Stored items:
'''

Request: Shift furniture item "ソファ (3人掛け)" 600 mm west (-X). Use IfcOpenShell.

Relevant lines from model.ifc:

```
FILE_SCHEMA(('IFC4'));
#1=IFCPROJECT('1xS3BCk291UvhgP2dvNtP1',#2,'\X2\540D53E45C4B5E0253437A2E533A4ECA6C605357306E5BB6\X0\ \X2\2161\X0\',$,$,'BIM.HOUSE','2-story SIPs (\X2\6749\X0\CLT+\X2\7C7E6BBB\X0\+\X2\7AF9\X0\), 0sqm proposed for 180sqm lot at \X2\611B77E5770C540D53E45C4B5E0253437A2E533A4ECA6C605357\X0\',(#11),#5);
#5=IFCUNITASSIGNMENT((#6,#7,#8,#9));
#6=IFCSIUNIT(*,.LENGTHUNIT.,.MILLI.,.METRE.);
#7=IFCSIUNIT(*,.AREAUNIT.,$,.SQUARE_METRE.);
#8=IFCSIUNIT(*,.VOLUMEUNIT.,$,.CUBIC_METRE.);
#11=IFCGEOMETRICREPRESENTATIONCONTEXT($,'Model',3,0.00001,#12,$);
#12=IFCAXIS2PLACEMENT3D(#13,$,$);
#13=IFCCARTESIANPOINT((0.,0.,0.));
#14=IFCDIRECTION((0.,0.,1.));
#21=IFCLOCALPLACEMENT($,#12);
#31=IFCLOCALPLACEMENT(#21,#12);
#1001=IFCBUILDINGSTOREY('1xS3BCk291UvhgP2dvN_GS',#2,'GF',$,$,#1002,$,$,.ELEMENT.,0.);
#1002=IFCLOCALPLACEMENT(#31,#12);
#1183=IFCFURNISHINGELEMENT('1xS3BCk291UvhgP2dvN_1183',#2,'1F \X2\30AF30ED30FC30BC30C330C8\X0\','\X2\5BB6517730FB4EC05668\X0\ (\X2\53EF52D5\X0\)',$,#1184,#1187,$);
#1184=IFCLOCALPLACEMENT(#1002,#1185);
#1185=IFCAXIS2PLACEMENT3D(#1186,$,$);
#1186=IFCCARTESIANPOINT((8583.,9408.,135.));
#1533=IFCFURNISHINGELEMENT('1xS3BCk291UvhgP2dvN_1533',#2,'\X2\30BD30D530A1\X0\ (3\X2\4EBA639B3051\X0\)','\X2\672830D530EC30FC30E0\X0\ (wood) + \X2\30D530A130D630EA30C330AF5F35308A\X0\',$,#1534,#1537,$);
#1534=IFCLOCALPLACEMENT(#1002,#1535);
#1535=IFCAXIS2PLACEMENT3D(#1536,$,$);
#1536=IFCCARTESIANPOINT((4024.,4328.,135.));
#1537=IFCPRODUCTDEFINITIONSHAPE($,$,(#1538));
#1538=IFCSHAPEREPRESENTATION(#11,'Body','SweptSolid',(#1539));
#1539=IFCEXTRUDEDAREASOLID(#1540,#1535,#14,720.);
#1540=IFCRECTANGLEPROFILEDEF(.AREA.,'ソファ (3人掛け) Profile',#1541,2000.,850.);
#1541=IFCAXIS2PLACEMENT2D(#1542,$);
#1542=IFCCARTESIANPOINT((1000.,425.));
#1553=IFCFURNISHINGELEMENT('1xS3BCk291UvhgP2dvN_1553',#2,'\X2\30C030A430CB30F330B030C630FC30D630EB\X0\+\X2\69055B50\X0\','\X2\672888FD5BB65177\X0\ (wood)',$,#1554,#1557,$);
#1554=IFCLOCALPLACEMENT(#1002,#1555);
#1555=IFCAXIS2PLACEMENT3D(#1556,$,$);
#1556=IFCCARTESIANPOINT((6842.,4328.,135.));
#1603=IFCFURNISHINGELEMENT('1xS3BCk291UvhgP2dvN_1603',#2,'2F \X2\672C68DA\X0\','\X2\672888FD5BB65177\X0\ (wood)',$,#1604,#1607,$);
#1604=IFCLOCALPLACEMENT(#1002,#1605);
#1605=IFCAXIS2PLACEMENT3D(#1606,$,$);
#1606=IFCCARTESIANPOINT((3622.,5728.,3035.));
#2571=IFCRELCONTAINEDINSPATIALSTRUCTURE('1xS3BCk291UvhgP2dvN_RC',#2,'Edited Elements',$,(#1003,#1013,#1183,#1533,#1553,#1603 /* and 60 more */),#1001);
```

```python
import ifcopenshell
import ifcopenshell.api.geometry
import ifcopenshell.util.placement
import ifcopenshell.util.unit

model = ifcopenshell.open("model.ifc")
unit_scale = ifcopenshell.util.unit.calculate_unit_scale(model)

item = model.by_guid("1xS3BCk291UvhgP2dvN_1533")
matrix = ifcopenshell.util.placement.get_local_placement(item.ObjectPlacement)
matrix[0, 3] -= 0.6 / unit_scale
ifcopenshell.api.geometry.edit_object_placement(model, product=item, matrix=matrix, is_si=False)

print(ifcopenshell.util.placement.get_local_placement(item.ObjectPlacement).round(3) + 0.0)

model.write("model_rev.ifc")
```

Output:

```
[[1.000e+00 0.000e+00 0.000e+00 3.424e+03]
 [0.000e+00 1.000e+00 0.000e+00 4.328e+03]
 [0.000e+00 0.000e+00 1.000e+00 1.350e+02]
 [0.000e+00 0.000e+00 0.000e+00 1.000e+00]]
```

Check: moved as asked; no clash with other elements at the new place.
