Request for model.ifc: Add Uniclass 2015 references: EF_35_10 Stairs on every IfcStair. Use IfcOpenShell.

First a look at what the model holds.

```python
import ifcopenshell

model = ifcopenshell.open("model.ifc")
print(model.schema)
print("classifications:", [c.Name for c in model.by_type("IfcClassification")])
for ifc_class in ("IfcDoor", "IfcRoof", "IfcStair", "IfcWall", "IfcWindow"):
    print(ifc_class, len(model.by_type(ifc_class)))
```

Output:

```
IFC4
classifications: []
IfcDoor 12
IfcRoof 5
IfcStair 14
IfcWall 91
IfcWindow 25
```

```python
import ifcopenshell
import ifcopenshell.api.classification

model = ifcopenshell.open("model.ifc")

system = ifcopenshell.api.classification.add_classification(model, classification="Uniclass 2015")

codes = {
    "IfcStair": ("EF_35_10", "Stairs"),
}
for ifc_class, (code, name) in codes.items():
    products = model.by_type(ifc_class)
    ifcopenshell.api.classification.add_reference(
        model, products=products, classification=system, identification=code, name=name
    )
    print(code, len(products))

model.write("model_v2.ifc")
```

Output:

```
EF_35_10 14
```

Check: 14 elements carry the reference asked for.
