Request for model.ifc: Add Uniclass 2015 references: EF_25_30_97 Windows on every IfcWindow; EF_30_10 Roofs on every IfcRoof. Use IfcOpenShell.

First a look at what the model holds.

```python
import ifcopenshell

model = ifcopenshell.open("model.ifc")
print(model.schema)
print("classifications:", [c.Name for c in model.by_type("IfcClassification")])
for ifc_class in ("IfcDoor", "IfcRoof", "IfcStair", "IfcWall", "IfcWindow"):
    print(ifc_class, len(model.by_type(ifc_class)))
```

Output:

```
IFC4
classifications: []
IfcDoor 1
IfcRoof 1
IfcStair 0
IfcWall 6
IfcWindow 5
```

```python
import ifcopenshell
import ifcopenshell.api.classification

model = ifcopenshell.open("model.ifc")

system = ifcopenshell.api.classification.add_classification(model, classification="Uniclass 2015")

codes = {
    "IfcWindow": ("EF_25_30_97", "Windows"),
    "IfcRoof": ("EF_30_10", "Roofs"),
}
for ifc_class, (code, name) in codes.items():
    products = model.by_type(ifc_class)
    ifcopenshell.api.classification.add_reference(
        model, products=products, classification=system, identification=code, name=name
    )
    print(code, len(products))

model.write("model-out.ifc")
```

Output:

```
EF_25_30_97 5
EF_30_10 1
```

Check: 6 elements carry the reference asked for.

'''
'''

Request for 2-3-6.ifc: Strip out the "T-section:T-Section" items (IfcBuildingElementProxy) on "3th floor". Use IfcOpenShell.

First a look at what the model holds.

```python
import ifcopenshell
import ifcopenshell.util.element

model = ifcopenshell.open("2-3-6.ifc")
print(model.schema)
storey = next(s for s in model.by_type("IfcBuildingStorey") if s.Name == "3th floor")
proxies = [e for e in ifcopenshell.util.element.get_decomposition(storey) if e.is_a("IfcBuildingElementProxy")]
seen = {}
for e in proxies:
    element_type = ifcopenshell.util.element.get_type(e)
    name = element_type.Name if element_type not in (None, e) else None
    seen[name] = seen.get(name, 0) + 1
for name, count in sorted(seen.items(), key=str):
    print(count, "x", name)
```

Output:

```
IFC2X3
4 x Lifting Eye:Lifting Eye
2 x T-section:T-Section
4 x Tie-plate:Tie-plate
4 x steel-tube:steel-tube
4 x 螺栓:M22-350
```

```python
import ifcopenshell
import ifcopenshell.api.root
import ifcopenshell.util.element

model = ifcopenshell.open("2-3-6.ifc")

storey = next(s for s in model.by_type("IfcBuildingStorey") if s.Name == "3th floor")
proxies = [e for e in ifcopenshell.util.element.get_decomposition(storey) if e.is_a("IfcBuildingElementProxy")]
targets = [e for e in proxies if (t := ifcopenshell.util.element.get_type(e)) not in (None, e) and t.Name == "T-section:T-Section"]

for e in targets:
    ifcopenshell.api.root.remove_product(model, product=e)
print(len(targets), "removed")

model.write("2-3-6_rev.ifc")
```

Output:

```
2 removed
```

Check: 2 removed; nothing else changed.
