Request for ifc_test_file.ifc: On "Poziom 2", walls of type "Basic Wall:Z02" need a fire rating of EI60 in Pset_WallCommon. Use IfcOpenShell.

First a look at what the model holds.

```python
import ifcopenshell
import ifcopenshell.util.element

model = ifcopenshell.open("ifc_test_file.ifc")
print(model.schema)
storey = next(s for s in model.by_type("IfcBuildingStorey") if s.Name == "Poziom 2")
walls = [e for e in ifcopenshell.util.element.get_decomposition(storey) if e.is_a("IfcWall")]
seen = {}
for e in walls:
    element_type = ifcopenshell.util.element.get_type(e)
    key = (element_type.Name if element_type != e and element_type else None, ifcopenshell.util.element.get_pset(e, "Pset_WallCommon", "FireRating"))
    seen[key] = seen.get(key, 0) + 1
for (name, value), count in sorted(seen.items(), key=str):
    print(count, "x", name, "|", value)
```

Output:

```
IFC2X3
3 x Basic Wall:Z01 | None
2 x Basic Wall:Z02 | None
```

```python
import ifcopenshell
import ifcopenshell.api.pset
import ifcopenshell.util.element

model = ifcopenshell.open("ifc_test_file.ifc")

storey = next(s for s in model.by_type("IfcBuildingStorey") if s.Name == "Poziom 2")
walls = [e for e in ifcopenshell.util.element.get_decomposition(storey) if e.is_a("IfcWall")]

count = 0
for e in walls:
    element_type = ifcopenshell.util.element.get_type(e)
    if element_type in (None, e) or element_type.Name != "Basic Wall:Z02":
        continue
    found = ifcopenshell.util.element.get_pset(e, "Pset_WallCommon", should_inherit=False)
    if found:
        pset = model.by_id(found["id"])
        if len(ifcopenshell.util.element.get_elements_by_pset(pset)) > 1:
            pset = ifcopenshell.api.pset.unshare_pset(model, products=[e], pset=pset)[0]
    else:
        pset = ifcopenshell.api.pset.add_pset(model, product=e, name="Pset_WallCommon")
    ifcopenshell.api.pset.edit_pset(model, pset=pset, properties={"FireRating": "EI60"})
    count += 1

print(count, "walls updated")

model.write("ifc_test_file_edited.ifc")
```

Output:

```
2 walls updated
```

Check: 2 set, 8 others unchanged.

'''

Your assignment: Check each line above for the word "IFCLOCALPLACEMENT" and copy the ones that have it.

Solution to this exercise:
#21=IFCLOCALPLACEMENT($,#12);
#31=IFCLOCALPLACEMENT(#21,#12);
#1002=IFCLOCALPLACEMENT(#31,#12);
#1184=IFCLOCALPLACEMENT(#1002,#1185);
#1534=IFCLOCALPLACEMENT(#1002,#1535);
#1554=IFCLOCALPLACEMENT(#1002,#1555);
#1604=IFCLOCALPLACEMENT(#1002,#1605);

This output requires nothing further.